**Requirement**
Filter the listing down to the lines containing the word "IFCSHAPEREPRESENTATION".
Segment Open
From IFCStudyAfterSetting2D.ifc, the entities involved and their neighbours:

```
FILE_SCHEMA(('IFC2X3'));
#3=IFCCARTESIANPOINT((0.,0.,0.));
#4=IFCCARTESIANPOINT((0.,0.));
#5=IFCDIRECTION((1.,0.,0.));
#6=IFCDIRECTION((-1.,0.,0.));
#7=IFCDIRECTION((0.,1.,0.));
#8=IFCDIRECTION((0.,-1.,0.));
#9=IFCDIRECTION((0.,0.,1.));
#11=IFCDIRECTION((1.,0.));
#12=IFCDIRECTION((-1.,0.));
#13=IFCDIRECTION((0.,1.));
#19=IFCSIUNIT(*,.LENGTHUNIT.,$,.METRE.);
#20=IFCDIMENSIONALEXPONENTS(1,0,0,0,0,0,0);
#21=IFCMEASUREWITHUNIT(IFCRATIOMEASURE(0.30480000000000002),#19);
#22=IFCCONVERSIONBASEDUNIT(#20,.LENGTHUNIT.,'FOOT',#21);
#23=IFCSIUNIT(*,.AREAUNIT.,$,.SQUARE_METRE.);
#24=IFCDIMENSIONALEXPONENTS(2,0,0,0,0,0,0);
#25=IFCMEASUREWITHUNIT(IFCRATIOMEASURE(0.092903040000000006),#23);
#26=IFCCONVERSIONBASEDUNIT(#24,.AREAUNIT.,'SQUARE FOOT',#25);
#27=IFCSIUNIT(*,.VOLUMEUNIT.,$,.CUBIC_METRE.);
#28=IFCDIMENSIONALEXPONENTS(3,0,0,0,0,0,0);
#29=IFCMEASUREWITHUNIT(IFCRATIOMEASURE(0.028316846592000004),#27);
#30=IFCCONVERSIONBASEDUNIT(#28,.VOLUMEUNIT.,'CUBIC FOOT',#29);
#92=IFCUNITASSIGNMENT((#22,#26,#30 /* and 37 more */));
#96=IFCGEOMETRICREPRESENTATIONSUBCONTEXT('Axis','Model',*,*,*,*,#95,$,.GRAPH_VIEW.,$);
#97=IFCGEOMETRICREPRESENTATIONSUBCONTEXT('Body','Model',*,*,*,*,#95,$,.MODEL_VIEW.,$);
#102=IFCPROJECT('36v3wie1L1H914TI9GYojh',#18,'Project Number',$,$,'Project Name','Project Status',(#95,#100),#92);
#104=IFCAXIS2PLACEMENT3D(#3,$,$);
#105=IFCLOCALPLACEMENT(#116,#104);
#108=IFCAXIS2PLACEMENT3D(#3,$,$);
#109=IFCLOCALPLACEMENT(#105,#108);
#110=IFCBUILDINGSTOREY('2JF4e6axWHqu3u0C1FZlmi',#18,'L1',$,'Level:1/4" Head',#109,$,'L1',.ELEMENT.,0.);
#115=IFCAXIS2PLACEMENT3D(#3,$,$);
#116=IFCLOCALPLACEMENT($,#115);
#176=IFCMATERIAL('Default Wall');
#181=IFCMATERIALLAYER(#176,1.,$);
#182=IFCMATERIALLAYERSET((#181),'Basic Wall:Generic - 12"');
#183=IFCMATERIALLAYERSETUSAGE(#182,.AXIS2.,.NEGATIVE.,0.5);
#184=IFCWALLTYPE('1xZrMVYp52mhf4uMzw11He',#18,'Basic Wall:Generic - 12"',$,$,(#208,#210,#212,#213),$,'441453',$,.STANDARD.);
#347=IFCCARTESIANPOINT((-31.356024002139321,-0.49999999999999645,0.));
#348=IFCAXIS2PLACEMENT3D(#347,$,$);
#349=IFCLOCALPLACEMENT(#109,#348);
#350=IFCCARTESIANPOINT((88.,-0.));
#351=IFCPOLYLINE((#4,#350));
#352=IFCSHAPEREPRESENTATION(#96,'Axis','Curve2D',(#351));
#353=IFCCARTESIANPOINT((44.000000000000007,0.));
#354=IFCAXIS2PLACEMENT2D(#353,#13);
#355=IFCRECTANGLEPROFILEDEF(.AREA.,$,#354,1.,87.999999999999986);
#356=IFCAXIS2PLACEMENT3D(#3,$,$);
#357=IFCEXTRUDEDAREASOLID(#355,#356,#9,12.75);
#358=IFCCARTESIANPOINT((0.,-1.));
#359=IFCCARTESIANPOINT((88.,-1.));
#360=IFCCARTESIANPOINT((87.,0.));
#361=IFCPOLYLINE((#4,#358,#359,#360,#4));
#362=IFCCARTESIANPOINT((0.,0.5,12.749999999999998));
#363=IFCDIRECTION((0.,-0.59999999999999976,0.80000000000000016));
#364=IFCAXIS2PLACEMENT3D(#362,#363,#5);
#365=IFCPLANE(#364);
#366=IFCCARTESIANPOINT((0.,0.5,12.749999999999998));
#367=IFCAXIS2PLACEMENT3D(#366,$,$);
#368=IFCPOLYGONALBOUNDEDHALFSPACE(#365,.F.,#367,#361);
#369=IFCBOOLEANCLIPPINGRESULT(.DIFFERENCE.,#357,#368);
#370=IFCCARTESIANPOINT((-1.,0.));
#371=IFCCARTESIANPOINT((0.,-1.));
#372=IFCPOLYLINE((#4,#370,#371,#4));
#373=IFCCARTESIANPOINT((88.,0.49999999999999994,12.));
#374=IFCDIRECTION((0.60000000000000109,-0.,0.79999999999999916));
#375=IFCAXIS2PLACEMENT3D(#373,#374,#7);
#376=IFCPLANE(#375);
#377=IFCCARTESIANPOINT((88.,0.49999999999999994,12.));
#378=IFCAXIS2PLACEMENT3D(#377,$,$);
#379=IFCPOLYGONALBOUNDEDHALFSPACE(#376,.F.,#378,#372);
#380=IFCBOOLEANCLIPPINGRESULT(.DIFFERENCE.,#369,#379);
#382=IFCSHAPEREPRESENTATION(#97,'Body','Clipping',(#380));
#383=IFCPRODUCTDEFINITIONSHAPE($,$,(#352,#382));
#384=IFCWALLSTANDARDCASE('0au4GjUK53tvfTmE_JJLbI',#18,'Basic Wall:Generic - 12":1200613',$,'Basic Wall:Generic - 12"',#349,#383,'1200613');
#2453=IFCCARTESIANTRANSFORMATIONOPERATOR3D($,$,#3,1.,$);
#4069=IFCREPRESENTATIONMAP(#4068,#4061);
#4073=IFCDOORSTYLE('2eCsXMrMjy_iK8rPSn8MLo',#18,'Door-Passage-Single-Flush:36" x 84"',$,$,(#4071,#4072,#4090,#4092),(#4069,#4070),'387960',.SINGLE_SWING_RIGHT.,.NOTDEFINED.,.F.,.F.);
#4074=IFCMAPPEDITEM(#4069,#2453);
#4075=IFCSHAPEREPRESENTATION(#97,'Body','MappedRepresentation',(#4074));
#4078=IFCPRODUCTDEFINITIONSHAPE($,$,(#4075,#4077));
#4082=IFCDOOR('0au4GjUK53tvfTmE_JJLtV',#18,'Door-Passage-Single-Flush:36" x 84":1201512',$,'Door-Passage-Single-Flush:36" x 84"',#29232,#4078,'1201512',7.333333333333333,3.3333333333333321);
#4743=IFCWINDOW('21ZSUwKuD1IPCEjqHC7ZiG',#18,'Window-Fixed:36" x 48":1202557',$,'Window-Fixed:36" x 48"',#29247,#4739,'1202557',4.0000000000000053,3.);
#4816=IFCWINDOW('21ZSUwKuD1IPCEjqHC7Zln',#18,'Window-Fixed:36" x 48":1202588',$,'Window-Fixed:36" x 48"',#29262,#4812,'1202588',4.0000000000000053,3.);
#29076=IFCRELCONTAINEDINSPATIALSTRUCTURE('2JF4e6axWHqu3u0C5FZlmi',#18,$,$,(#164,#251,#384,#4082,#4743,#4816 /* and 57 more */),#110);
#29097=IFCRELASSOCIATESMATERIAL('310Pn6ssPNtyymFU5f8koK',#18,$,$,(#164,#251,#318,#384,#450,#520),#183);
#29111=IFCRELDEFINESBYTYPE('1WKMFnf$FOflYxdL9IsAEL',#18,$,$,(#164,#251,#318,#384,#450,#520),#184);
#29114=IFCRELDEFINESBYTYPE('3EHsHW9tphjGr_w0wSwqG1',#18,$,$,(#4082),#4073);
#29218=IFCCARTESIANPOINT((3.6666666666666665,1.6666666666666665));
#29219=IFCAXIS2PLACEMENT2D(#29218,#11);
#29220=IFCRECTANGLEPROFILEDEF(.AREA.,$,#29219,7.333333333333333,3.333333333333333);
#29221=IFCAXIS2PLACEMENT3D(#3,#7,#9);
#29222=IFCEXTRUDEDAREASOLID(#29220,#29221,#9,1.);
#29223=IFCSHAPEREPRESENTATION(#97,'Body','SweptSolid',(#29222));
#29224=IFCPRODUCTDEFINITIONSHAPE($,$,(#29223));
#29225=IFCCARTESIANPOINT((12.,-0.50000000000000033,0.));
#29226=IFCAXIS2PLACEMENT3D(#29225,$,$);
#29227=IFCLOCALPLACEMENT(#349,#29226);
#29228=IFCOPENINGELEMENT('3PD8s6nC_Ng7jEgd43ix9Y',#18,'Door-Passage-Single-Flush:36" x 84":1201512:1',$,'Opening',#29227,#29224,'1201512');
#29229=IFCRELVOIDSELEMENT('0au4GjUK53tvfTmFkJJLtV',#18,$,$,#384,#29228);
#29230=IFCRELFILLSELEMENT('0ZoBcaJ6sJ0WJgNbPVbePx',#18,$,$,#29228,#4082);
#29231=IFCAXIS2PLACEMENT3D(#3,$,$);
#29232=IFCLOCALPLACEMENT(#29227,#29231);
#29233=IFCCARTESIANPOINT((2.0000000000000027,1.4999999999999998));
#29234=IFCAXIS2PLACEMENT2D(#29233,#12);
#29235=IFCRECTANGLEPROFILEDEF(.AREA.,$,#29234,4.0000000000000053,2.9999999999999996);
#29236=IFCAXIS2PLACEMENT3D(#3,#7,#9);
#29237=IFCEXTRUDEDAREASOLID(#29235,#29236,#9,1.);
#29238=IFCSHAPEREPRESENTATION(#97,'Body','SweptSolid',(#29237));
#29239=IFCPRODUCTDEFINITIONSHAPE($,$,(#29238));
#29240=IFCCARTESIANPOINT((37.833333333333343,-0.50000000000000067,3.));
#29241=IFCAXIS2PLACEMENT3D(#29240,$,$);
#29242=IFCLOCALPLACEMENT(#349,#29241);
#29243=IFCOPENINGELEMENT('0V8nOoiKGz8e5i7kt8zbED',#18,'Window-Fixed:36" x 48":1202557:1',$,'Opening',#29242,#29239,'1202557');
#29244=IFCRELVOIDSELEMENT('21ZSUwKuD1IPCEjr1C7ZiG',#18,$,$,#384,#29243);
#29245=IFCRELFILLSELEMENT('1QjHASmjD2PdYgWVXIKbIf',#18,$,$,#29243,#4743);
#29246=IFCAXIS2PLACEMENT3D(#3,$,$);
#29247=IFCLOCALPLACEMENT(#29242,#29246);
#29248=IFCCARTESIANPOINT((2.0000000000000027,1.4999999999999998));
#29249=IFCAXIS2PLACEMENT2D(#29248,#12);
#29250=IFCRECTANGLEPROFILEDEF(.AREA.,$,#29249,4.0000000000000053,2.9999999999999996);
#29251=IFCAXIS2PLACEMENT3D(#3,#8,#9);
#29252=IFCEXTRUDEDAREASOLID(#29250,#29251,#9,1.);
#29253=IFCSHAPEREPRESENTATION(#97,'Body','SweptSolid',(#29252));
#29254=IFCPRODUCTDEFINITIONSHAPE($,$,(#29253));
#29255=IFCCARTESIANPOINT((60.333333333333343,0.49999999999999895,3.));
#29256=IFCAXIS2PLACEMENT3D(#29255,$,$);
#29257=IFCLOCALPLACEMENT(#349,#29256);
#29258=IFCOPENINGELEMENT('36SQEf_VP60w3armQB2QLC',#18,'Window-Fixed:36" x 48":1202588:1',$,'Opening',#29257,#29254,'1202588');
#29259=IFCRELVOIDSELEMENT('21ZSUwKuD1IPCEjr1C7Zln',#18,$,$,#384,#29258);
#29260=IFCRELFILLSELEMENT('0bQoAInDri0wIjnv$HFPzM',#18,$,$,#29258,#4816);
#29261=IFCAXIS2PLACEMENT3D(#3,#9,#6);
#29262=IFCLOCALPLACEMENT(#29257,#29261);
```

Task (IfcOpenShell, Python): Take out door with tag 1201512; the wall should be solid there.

```python
import ifcopenshell
import ifcopenshell.api.feature
import ifcopenshell.api.root
import ifcopenshell.geom
import ifcopenshell.util.shape

model = ifcopenshell.open("IFCStudyAfterSetting2D.ifc")
settings = ifcopenshell.geom.settings()


def volume(element):
    """Net volume in cubic metres, openings subtracted."""
    shape = ifcopenshell.geom.create_shape(settings, element)
    return ifcopenshell.util.shape.get_volume(shape.geometry)


door = model.by_guid("0au4GjUK53tvfTmE_JJLtV")
opening = door.FillsVoids[0].RelatingOpeningElement
wall = opening.VoidsElements[0].RelatingBuildingElement
before = volume(wall)

ifcopenshell.api.root.remove_product(model, product=door)
ifcopenshell.api.feature.remove_feature(model, feature=opening)

after = volume(wall)

print(f"wall volume {before:.3f} -> {after:.3f} m3")

model.write("IFCStudyAfterSetting2D_rev.ifc")
```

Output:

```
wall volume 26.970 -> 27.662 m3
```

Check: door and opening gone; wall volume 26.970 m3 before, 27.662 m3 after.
Segment Closed
**Solution to this task**
#352=IFCSHAPEREPRESENTATION(#96,'Axis','Curve2D',(#351));
#382=IFCSHAPEREPRESENTATION(#97,'Body','Clipping',(#380));
#4075=IFCSHAPEREPRESENTATION(#97,'Body','MappedRepresentation',(#4074));
#29223=IFCSHAPEREPRESENTATION(#97,'Body','SweptSolid',(#29222));
#29238=IFCSHAPEREPRESENTATION(#97,'Body','SweptSolid',(#29237));
#29253=IFCSHAPEREPRESENTATION(#97,'Body','SweptSolid',(#29252));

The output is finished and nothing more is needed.